Autonomist flag - Image by Jaume Ollé, 15 July 1996 (reconstructed flag)

The struggle against the Ottomans increased in 1912 and the red flag with the black double-headed eagle flew in Priština. A few weeks later, the flag was seen all over Southern Albania. In May 1912 the Albanians took Uskub, and Turkey recognized the autonomy of Albania in June 1912. A white star was added to the flag, symbolizing that Catholics, Orthodox and Muslims shared the same sky. The star on the flag became popular.

Jaume Ollé, 15 July 1996

Ismail Qemal's provisional government, 1912


Flag of the provisional government - Image by Jaume Ollé, 15 July 1996

During the Balkanic wars (1912-1913), Serbia and Montenegro occupied northern and central Albania, whereas Greece occupied Epirus. The Albanian leader Ismail Qemal entered Durrës before the arrival of the Serbs and from there advanced on Vlorë, where a National Assembly representing all the regions of Albania (the valiats of Shkodra, Kosovo, Janina and Monastir) proclaimed the independence on 28 November 1912. A national flag was formally adopted on that day. The above image is a reconstruction, after Vexilloteca [vxt] by Mario Fabretto. The original image is from an illustration in the album Shqipëria e Illustruar from 1927.
The independence was not recognized by the great powers (France, United Kingdom, Italy, Austria-Hungary, Germany and Russia), which granted only autonomy (20 December 1912), later confirmed by the treaty of London signed with Turkey in May 1913. The autonomous government kept the flag, though part of the liberated territory was transferred to Serbia and Montenegro, thus ending the use of the flag in these areas.

Jaume Ollé, 15 July 1996

The Albanian Independence Monument was unveiled in 1972 in the centre of Vlorë. On a high irregular rock pillar stands a flag bearer, while below are depicted famous figures of the struggle for the independence of Albania, including Ismail Qemal. The monument is a joint work by the sculptors Kristaq Rama, Shaban Haderi and Muntaz Dhrami. In honour of the Day of Independence, the main square in Vlorë is called "The Flag Square" (Sheshi i Flamurit). The monument often appeared on post stamps during the Communist period.
A popular image of the independence proclamation shows the warlord Isa Boletin kissing the flag. Qemal is the white-haired and bearded man standing behind him. On this image, the flag is shown as the today's Albanian flag, which was indeed adopted in 1928.

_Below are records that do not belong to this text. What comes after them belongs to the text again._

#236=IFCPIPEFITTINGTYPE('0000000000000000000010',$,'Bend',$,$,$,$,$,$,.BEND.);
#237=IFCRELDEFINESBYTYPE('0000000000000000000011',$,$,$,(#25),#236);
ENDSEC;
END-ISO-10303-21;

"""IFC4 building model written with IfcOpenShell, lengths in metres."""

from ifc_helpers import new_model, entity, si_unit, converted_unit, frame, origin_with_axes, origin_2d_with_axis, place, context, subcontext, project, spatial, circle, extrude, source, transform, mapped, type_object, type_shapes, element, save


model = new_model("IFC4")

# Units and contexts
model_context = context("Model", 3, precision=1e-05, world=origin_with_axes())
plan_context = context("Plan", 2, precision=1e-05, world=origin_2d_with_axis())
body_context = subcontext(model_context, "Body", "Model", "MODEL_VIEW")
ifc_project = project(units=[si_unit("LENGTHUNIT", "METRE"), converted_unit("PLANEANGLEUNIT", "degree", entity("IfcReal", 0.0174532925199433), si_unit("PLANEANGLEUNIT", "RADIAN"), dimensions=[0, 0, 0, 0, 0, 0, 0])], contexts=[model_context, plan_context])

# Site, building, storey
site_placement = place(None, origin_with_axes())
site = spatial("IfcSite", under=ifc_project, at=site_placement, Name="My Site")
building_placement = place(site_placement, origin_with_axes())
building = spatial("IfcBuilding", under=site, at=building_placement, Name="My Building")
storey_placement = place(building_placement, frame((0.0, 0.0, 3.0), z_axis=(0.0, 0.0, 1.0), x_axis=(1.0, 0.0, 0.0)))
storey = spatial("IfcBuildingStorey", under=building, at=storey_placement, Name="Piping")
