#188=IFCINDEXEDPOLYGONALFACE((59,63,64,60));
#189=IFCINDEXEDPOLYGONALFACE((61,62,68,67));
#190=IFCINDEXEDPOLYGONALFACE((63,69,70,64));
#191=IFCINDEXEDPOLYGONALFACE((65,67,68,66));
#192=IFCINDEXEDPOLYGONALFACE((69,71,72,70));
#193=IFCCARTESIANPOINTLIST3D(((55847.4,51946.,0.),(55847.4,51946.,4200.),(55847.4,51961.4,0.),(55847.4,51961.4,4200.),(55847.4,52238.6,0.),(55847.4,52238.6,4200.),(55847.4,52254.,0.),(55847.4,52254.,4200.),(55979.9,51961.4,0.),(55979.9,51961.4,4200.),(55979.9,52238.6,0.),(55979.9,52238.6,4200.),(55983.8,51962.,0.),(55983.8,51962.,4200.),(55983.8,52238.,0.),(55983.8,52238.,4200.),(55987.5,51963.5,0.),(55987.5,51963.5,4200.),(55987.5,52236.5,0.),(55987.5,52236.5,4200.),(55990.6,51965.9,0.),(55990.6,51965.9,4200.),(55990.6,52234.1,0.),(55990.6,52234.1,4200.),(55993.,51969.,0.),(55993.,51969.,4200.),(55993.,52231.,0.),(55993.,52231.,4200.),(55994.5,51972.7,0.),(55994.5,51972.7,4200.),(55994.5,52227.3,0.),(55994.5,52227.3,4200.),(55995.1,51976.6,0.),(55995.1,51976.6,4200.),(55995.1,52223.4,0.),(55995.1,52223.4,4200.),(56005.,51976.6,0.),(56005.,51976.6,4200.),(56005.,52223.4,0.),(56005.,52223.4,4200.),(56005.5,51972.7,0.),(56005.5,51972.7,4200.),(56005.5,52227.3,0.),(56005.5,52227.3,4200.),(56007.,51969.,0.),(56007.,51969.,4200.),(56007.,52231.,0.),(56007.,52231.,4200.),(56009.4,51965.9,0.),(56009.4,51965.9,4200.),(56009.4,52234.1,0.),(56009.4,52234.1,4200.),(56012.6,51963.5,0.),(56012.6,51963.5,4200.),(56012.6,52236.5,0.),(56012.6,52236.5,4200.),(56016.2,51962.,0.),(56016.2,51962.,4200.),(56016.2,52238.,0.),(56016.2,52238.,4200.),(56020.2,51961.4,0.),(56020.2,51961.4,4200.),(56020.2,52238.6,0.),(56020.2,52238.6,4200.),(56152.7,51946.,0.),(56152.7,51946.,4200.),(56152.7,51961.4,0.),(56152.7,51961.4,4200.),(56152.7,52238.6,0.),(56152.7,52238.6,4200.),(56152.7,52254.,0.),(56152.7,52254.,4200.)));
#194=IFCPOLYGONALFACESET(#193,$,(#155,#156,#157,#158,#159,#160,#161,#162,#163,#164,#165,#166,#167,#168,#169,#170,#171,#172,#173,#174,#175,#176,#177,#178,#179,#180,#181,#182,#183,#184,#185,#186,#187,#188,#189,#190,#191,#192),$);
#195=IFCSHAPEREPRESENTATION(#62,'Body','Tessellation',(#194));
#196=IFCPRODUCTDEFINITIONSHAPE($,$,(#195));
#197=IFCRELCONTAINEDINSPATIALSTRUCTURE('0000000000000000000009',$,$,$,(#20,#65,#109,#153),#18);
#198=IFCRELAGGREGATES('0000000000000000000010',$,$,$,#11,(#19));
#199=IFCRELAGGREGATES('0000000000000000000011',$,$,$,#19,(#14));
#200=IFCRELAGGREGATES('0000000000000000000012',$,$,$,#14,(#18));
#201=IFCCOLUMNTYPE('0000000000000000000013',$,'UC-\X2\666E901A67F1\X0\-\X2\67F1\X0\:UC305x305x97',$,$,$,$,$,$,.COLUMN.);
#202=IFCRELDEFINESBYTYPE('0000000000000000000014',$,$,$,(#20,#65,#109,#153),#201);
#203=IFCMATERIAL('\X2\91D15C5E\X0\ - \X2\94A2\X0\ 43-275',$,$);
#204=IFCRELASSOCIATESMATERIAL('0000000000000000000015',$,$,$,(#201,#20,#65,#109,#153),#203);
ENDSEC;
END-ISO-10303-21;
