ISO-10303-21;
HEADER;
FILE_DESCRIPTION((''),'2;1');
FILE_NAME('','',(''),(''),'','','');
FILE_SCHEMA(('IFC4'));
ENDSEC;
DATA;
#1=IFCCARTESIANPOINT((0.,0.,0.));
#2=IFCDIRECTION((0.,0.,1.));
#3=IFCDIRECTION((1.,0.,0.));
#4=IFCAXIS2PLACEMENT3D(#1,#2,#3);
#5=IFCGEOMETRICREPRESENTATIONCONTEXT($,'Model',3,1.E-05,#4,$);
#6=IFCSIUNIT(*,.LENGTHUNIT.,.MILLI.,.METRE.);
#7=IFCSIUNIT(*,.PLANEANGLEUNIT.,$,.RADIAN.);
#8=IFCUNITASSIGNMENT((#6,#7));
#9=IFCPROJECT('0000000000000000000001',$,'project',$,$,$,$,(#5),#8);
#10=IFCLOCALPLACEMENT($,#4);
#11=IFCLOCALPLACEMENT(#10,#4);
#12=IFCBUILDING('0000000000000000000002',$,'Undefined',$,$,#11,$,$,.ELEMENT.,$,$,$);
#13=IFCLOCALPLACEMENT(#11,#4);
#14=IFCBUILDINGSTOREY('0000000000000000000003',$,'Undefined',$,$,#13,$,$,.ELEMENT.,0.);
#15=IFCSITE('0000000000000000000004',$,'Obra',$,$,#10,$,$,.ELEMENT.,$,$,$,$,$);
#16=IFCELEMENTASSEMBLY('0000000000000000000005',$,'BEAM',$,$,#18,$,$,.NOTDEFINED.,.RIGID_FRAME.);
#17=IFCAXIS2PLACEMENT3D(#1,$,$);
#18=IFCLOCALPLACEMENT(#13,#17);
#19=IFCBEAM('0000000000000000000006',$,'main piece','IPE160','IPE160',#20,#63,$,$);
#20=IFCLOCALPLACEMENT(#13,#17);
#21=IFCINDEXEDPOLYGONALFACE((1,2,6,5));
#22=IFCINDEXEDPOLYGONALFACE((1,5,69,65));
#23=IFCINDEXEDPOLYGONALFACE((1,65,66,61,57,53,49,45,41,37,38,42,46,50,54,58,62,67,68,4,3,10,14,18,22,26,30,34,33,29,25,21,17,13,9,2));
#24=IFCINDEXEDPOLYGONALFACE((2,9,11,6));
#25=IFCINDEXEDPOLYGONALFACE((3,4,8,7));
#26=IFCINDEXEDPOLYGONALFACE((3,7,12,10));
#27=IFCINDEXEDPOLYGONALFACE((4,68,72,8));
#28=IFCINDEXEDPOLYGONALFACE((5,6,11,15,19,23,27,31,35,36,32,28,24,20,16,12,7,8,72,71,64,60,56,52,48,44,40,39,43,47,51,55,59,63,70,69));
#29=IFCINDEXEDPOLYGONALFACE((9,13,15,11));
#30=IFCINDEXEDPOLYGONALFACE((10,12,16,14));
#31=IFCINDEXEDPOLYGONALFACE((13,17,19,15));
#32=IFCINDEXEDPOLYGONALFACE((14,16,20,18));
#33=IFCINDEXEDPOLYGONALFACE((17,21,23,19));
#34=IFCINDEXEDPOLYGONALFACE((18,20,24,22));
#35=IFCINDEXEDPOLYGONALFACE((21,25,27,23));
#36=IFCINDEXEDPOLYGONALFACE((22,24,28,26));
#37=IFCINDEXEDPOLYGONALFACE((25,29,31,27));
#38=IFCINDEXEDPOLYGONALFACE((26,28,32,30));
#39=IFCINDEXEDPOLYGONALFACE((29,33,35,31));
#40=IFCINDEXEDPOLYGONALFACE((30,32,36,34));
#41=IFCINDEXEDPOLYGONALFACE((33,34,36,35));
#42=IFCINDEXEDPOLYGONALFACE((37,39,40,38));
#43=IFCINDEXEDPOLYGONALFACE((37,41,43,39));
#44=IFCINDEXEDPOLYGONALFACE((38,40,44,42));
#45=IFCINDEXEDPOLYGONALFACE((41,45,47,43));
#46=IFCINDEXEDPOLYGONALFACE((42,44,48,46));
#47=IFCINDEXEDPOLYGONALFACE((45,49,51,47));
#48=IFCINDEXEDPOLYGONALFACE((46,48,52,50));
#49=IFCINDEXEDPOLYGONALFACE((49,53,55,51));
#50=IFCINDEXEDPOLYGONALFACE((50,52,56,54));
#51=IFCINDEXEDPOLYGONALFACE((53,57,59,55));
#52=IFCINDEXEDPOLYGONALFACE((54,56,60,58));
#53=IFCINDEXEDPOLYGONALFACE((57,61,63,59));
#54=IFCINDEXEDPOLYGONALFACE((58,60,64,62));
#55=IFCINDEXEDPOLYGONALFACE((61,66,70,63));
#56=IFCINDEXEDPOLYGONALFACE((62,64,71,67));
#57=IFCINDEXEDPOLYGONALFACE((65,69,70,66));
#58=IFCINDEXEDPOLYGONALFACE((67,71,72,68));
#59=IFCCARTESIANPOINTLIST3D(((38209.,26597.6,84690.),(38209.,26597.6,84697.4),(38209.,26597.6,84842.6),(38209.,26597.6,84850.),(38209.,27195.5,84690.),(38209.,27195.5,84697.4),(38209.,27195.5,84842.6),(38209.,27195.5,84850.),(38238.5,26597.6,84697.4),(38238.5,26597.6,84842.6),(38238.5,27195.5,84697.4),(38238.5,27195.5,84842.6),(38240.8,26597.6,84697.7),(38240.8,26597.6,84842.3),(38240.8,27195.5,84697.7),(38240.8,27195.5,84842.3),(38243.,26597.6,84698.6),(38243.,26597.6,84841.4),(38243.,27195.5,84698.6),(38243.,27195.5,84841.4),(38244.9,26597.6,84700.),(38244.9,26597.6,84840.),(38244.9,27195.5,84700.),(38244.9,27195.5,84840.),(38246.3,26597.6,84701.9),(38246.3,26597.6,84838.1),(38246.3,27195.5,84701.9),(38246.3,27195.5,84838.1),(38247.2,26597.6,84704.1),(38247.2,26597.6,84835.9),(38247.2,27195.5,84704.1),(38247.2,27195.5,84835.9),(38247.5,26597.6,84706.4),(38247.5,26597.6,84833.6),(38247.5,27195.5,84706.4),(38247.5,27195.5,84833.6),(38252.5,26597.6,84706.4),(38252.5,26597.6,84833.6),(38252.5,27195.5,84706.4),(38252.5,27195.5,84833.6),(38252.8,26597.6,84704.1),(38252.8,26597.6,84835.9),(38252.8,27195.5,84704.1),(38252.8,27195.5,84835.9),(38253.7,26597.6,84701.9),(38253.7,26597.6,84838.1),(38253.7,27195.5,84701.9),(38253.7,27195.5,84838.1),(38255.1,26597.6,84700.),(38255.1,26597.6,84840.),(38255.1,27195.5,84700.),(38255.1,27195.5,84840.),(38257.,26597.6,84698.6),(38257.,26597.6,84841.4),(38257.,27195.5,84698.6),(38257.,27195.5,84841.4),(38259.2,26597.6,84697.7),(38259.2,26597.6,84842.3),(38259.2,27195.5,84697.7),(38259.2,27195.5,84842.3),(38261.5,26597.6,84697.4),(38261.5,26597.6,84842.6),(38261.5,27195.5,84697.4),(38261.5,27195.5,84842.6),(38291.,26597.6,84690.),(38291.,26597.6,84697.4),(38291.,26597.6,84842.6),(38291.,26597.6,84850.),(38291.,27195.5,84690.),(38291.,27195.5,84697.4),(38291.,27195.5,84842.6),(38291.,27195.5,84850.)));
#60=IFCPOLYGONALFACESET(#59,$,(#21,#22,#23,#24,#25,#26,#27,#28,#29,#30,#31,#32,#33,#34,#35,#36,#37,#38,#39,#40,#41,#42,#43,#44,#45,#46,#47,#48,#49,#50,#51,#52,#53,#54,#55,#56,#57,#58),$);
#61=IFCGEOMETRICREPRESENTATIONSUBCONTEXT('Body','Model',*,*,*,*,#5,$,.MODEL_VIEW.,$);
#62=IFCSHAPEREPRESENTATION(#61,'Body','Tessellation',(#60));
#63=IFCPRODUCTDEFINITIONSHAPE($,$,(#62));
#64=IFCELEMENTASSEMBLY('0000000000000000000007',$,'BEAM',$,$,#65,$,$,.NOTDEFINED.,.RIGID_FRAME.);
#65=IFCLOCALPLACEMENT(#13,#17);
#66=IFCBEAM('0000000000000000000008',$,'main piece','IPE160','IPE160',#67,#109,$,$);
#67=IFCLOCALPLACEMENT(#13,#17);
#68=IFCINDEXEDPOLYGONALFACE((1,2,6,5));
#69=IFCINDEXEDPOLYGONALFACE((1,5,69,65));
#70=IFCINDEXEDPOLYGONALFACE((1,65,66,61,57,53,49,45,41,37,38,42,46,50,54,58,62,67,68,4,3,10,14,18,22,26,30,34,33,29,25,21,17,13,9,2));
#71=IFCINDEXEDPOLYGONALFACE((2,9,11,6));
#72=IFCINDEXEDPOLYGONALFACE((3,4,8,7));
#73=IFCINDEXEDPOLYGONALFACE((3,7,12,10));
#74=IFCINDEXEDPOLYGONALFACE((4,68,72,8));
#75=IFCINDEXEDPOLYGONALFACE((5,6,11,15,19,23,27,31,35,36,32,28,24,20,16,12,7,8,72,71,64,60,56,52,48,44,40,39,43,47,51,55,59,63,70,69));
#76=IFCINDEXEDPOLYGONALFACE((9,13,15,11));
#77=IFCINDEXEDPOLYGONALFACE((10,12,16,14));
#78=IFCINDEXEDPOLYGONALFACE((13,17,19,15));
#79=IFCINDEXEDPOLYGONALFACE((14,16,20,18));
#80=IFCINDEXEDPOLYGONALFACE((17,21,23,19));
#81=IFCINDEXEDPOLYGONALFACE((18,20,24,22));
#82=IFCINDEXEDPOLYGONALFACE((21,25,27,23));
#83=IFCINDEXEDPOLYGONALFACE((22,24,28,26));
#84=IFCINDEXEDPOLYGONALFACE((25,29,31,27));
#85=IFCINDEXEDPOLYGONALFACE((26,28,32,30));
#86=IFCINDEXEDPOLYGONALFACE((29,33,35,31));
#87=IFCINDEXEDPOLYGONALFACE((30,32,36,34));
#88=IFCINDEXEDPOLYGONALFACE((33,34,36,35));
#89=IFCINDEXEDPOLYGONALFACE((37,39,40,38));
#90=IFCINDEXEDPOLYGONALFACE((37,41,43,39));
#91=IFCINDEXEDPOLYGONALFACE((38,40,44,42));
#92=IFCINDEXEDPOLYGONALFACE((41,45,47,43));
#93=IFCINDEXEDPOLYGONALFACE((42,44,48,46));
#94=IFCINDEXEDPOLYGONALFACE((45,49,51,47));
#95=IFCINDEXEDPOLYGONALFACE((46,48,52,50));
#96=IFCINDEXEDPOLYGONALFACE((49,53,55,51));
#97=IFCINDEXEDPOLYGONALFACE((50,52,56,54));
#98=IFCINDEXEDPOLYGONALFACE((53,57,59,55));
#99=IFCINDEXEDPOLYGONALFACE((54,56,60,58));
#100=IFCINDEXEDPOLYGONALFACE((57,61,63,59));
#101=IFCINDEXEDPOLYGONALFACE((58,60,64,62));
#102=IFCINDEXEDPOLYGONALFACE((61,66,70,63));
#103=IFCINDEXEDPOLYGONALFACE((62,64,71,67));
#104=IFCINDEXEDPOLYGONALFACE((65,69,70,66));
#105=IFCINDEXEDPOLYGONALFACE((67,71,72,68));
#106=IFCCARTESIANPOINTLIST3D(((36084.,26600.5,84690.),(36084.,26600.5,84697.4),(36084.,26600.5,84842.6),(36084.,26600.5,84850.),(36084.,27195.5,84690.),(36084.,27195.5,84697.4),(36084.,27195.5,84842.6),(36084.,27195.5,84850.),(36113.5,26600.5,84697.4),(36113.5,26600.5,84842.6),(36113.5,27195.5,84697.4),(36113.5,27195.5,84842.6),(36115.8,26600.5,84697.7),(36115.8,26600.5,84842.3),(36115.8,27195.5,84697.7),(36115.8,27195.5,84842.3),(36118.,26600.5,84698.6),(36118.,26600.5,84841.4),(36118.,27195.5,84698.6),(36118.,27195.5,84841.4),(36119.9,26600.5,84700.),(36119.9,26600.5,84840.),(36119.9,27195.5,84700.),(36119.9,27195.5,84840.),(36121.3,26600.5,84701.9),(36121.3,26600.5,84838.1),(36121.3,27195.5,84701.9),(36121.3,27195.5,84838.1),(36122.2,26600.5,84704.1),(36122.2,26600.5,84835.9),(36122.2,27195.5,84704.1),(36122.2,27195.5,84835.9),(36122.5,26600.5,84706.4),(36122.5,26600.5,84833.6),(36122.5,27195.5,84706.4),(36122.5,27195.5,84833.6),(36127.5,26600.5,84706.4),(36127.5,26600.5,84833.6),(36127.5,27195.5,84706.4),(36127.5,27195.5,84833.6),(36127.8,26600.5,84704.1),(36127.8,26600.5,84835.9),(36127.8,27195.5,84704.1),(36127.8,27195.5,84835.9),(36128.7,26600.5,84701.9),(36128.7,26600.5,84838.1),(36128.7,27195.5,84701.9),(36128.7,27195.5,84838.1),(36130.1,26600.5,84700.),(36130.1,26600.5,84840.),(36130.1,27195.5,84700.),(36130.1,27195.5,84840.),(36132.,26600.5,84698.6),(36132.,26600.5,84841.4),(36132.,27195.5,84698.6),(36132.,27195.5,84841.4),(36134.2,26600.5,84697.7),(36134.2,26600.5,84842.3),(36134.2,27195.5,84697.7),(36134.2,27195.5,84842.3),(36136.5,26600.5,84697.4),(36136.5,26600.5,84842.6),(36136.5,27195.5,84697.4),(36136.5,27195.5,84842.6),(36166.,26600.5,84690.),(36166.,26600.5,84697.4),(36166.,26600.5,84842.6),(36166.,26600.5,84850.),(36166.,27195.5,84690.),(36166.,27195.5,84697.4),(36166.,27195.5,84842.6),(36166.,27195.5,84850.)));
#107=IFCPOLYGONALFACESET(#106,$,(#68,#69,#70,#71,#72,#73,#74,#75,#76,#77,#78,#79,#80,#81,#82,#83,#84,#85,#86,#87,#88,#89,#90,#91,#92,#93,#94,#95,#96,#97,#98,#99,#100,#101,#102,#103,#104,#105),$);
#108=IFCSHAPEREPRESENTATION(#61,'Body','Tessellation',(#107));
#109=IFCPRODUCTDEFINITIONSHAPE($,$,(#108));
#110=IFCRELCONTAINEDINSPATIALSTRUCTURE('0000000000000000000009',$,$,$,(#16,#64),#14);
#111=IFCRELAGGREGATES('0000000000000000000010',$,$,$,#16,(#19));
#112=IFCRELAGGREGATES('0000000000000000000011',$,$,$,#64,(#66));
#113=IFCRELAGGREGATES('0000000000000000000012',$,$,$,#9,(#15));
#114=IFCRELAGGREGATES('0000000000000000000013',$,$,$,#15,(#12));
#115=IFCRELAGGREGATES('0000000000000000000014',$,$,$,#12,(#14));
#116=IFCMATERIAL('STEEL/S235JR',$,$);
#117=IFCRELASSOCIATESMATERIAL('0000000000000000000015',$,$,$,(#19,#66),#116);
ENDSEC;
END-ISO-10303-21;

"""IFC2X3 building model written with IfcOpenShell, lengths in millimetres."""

from ifc_helpers import new_model, si_unit, frame, origin_with_axes, origin_2d_with_axis, place, context, subcontext, project, spatial, i_section, extrude, material, element, aggregate, save


model = new_model("IFC2X3")

# Units and contexts
model_context = context("Model", 3, precision=1e-05, world=origin_with_axes())
body_context = subcontext(model_context, "Body", "Model", "MODEL_VIEW")
ifc_project = project(units=[si_unit("LENGTHUNIT", "METRE", prefix="MILLI"), si_unit("PLANEANGLEUNIT", "RADIAN")], contexts=[model_context])

# Site, building, storey
site_placement = place(None, origin_with_axes())
site = spatial("IfcSite", under=ifc_project, at=site_placement, Name="Obra", CompositionType="ELEMENT")
building_placement = place(site_placement, origin_with_axes())
building = spatial("IfcBuilding", under=site, at=building_placement, Name="Undefined", CompositionType="ELEMENT")
storey_placement = place(building_placement, origin_with_axes())
storey = spatial("IfcBuildingStorey", under=building, at=storey_placement, Name="Undefined", CompositionType="ELEMENT", Elevation=0.0)

# Element assemblies, beams
assembly_1_placement = place(storey_placement, origin_with_axes())
assembly_1 = element("IfcElementAssembly", 1, at=assembly_1_placement, inside=storey, Name="BEAM", AssemblyPlace="NOTDEFINED", PredefinedType="RIGID_FRAME")
ifc_material_1 = material(Name="STEEL/S235JR")
beam_1_placement = place(assembly_1_placement, frame((38250.0, 26597.6, 84770.0), z_axis=(0.0, 0.0, 1.0), x_axis=(0.0, 1.0, 0.0)))
beam_1 = element("IfcBeam", 2, at=beam_1_placement, material=ifc_material_1, Name="main piece", Description="IPE160", ObjectType="IPE160", context=body_context, shape_type="SweptSolid", body=[
    extrude(i_section(OverallWidth=82.0, OverallDepth=160.0, WebThickness=5.0, FlangeThickness=7.4, FilletRadius=9.0, at=origin_2d_with_axis()), frame((597.9, 0.0, 0.0), z_axis=(-1.0, 0.0, 0.0), x_axis=(0.0, -1.0, 0.0)), (0.0, 0.0, 1.0), 597.9),
])
aggregate(assembly_1, [beam_1])
assembly_2_placement = place(storey_placement, origin_with_axes())
assembly_2 = element("IfcElementAssembly", 3, at=assembly_2_placement, inside=storey, Name="BEAM", AssemblyPlace="NOTDEFINED", PredefinedType="RIGID_FRAME")
beam_2_placement = place(assembly_2_placement, frame((36125.0, 26600.5, 84770.0), z_axis=(0.0, 0.0, 1.0), x_axis=(0.0, 1.0, 0.0)))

Ivan Sache, 26 November 2008

Essad Pasha's provisional government, 1913


Essad Pasha's flag - Image by Jorge Candeias, 15 July 1996

On 19 July 1913, the powers (France, United Kingdom, Italy, Austria-Hungary, Germany and Russia) decided to recognize Albania as an independent state and to appoint a sovereign. Almost simultaneously, taking advantage of the Serbian and Montenegrin evacuation, the pro-Ottoman warlord Essad Pasha constituted a provisional government in Tirana, which used a red flag with a white star placed in the lower right corner.
In January 1914, Qemal transferred the power to an International Commission, while Essad also agreed to dissolve his government and to be incorporated into the government formed by the powers. Essad's flag became the national flag.

Jaume Ollé, 15 July 1996

Essad Pasha Toptani (1863-1920) supported the Young Turks' revolution in 1908 and was a member of the resulting Turkish parliament. In the First Balkan War, he could not keep Shkodra and surrenderred the city to the Montenegrins in 1913. He welcomed Prince Wilhelm of Wied but rapidly turned against him. Essad then governed Albania with the the support of Serbia and Italy until defeated in 1916 by the Austro-Hungarians. He exiled first in Italy with the Serbian troops, where he attempted to be recognized as the leader of the Albanian government in exile and then to Paris. While in France to represent his country at the Versailles Peace Conference, a hastily convened Albanian National Assembly composed mostly of his own supporters, proclaimed him as their King. He was assassinated by Averni Rustam in front of the Hotel Continental on 13 June 1920, while preparing to return to Albania for his inauguration.
In court, the murderer explained he had never met Essad before and that his only motive was to avenge the honour of the Albanian nation humiliated by Essad's dictature. He was acquitted.